President Donald Trump announced Monday that the United States will impose a 20% charge on all cargo traveling through the Strait of Hormuz, positioning America as what he called the “Guardian” of the vital waterway after a ceasefire with Iran fell apart.
The breakdown stems from a dispute over Iran’s push to maintain control of the strait — a narrow, 34-kilometer (21-mile) passage that serves as the primary route for roughly one-fifth of the world’s oil supply, along with other critical goods including fertilizers. Iran shut down the strait after the U.S. and Israel attacked the country on February 28, triggering a global energy shock.
Here is a closer look at how the situation developed, how Trump’s position compares to Iran’s, and what it could mean for the rest of the world.
HAS THE U.S. CHANGED ITS POSITION ON CHARGING HORMUZ FEES?

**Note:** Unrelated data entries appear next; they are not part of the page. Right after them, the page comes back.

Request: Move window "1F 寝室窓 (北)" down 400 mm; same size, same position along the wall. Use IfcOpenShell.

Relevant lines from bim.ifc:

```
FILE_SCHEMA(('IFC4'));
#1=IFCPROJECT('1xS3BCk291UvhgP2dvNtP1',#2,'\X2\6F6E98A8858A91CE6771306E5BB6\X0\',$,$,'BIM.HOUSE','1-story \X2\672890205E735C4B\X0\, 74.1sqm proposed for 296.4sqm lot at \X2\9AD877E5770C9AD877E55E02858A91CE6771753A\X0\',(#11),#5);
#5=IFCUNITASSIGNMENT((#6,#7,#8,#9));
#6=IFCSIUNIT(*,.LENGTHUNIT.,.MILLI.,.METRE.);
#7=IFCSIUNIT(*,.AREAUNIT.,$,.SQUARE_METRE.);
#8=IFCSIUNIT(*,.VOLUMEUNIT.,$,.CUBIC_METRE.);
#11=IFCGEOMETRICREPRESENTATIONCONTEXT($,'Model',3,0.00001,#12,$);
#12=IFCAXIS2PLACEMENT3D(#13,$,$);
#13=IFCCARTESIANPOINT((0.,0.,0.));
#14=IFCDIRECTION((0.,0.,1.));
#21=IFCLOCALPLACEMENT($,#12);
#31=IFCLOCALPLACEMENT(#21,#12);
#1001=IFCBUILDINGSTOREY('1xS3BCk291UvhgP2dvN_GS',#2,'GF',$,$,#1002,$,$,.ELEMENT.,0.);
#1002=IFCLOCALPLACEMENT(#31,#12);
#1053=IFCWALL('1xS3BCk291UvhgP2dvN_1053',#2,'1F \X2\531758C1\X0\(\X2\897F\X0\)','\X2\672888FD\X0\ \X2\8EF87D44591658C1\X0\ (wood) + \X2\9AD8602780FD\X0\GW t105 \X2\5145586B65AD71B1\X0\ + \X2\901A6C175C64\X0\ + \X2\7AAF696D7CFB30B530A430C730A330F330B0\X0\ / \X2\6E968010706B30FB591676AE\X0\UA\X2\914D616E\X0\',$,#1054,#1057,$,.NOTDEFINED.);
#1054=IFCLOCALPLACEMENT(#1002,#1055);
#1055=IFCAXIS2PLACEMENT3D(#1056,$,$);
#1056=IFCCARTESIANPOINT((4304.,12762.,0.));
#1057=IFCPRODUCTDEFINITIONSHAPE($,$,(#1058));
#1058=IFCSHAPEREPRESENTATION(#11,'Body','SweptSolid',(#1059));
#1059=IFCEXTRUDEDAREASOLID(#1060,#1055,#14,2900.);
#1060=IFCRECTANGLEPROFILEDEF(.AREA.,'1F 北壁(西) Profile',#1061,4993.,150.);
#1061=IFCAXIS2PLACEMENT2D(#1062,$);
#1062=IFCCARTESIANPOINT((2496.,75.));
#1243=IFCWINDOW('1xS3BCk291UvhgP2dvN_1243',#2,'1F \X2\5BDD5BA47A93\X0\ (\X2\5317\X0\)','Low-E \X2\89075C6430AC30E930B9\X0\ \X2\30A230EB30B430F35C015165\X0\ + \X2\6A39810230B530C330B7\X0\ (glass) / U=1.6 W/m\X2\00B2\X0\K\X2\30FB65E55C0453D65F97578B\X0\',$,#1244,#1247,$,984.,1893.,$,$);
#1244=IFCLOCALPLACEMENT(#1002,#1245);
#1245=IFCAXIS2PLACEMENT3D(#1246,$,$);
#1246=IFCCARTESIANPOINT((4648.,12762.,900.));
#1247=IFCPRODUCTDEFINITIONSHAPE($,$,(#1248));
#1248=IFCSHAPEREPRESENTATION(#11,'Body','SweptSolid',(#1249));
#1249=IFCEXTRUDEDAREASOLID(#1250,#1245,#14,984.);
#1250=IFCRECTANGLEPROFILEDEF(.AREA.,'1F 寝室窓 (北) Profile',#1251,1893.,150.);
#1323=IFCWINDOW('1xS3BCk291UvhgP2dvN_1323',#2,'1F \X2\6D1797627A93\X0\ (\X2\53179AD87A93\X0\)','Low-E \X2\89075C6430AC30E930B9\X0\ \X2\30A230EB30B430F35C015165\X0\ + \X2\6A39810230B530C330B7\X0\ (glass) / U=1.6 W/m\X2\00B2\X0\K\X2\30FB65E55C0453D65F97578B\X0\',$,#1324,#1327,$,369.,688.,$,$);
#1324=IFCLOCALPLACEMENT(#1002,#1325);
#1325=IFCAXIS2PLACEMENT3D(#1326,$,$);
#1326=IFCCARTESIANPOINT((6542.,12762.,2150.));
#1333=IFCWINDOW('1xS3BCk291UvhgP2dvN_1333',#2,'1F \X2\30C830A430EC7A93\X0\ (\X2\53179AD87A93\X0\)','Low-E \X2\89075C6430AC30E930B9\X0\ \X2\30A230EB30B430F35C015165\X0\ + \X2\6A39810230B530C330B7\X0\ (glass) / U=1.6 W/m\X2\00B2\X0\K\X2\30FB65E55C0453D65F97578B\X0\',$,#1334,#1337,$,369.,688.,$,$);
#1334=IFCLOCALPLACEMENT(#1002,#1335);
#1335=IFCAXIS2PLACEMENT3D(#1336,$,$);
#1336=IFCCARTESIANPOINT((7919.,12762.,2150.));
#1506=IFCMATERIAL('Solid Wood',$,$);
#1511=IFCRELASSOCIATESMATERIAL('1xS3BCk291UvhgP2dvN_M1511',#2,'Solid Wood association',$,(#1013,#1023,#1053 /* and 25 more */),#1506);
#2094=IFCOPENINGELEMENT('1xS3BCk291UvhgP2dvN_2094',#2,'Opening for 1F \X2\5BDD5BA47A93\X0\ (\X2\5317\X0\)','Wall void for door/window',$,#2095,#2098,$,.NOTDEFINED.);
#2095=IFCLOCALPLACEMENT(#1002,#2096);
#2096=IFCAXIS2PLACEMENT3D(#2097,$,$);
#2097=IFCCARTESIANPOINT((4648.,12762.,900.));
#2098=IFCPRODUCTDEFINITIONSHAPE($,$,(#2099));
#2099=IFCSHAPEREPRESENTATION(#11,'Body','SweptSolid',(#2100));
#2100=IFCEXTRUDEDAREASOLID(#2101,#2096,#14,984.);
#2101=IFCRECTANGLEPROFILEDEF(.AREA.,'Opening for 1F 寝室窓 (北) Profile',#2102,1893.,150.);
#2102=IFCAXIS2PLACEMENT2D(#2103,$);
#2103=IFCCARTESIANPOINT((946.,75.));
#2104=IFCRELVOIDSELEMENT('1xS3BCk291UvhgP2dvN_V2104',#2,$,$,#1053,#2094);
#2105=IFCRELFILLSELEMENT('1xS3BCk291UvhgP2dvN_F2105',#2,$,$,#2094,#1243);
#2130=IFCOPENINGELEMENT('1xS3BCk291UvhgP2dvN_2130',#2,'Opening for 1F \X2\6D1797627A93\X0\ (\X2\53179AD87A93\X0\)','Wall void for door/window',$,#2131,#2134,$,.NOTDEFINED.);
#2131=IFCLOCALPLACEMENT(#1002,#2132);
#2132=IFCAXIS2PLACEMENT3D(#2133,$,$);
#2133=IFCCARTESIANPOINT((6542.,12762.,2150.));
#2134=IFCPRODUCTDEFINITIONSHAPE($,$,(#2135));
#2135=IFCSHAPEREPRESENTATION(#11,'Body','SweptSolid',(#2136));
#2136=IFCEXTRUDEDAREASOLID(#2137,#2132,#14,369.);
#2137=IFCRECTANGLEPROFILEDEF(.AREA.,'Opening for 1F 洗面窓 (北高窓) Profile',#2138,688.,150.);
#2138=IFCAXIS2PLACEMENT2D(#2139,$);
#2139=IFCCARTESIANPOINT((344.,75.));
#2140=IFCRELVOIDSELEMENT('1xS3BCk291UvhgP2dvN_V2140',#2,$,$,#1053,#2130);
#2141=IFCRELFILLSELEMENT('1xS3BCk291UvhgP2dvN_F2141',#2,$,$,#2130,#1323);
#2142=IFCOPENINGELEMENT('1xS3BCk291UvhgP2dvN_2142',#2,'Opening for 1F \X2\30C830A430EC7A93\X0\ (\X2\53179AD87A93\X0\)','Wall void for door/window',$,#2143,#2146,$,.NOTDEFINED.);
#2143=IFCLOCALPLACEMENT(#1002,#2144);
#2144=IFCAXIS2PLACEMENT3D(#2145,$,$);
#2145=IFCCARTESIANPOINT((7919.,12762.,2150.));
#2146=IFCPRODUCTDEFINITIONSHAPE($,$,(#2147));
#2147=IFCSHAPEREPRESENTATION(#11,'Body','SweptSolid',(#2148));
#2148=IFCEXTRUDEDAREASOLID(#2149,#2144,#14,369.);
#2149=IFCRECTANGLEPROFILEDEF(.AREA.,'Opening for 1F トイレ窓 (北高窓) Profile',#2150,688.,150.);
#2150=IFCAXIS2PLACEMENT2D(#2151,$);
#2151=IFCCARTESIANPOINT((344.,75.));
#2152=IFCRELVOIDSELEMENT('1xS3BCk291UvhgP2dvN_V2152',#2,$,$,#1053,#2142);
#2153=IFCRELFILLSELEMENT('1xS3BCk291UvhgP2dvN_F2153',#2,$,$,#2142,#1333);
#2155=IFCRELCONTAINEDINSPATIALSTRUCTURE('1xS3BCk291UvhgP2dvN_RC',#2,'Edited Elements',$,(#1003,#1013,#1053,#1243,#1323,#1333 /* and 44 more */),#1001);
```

```python
import numpy as np
import ifcopenshell
import ifcopenshell.api.geometry
import ifcopenshell.util.placement
import ifcopenshell.util.unit

model = ifcopenshell.open("bim.ifc")
unit_scale = ifcopenshell.util.unit.calculate_unit_scale(model)

window = model.by_guid("1xS3BCk291UvhgP2dvN_1243")
opening = window.FillsVoids[0].RelatingOpeningElement
dz = -0.4 / unit_scale

shift = np.array([0.0, 0.0, dz])
# The window is not placed relative to its opening, so move both.
for product in (opening, window):
    matrix = ifcopenshell.util.placement.get_local_placement(product.ObjectPlacement)
    matrix[:3, 3] += shift
    ifcopenshell.api.geometry.edit_object_placement(model, product=product, matrix=matrix, is_si=False)

print(f"moved by {dz * unit_scale:+.3f} m")

model.write("bim_rev.ifc")
```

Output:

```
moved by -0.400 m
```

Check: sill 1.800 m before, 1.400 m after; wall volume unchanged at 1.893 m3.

As recently as June 25, U.S. Secretary of State Marco Rubio told Gulf states that charging for the use of international waterways was something “no country on Earth has the right” to do, and that shipping fees would never be included in any agreement with Iran.
However, Trump had already hinted at the possibility of U.S.-imposed tolls if negotiations with Iran collapsed. In a June 20 social media post, he wrote: “There will be NO TOLLS in the Hormuz Strait for 60 days during the Cease Fire Period, and there will be NO TOLLS after the 60 day period has expired, unless they are imposed by and for the United States of America, should the deal not be completed, for services rendered as the Guardian Angel to the countries of the Middle East for purposes of both past, present, and future reimbursement of costs.”
With the ceasefire now in ruins, Trump appears to have returned to that earlier position. In a social media post Monday, he stated: “The U.S.A. will be, from this point forward, known as ‘THE GUARDIAN OF THE HORMUZ STRAIT’, but as such, and as a matter of FAIRNESS, will be reimbursed, at the rate of 20% on all cargo shipped.”
Trump has offered no explanation of how such a fee would be collected or what legal authority he would rely on to enforce it.
HOW DOES TRUMP’S TOLL DIFFER FROM WHAT IRAN IS DEMANDING?
Iran’s top priority in negotiations has been securing lasting control over the Strait, whose waters it shares with Oman. Tehran views that control as its most powerful strategic tool and its best protection against future military strikes.
Iran believes the wording of last month’s interim agreement supported its position. That deal stated Iran “will make arrangements using its best efforts for the safe passage of commercial vessels with no charge for 60 days only.”
The United States, however, interpreted that language differently — viewing it as simply requiring Iran to allow safe passage without using force to restrict ships, not as granting Iran any broader authority over the waterway.
During the conflict, Tehran established what it calls the Persian Gulf Strait Authority, which it says all vessels must coordinate with before transiting the strait. Iran has also insisted ships travel only along the Iranian side of the waterway and has targeted vessels that attempted to pass near the Omani shore without its permission. Iran has suggested it may eventually charge fees for passage but has not provided specifics.
IS IT LEGAL FOR ANYONE TO CHARGE FEES FOR USING THE STRAIT?
The Strait of Hormuz runs through the territorial waters of both Iran and Oman, with the maritime boundary down the middle.
The UNCLOS maritime convention — the widely recognized framework for international sea law — states that countries bordering straits cannot charge fees simply for allowing ships to pass through. They are, however, permitted to collect limited fees for specific services such as piloting, towing, or port-related assistance, provided those charges are not applied more heavily to vessels from certain countries.
Neither Iran nor the United States has signed UNCLOS, but the convention is broadly accepted as the standard for international maritime law, and the Hormuz Strait is widely recognized as an international waterway.
A 1968 agreement between Iran and Oman, arranged through the International Maritime Organization, established traffic lanes through the middle of the Strait for large vessels. However, Iranian mine-laying during the recent conflict has rendered those lanes unsafe, according to the IMO.
WOULD THE WORLD ACCEPT THESE FEES?
Shipping industry officials say there is no modern precedent for any country unilaterally demanding payment for passage through a strait.
Oman has been in talks with Iran on the matter and issued its own guidance last month for ships transiting through its portion of the Strait — guidance that does not include any fee requirement.
Gulf states are particularly worried, as the Strait is their primary outlet to international waters for energy exports. Major importers of Gulf oil and fertilizers could also face significant consequences, especially under Trump’s proposed 20% surcharge, which analysts warn could drive global oil prices sharply higher.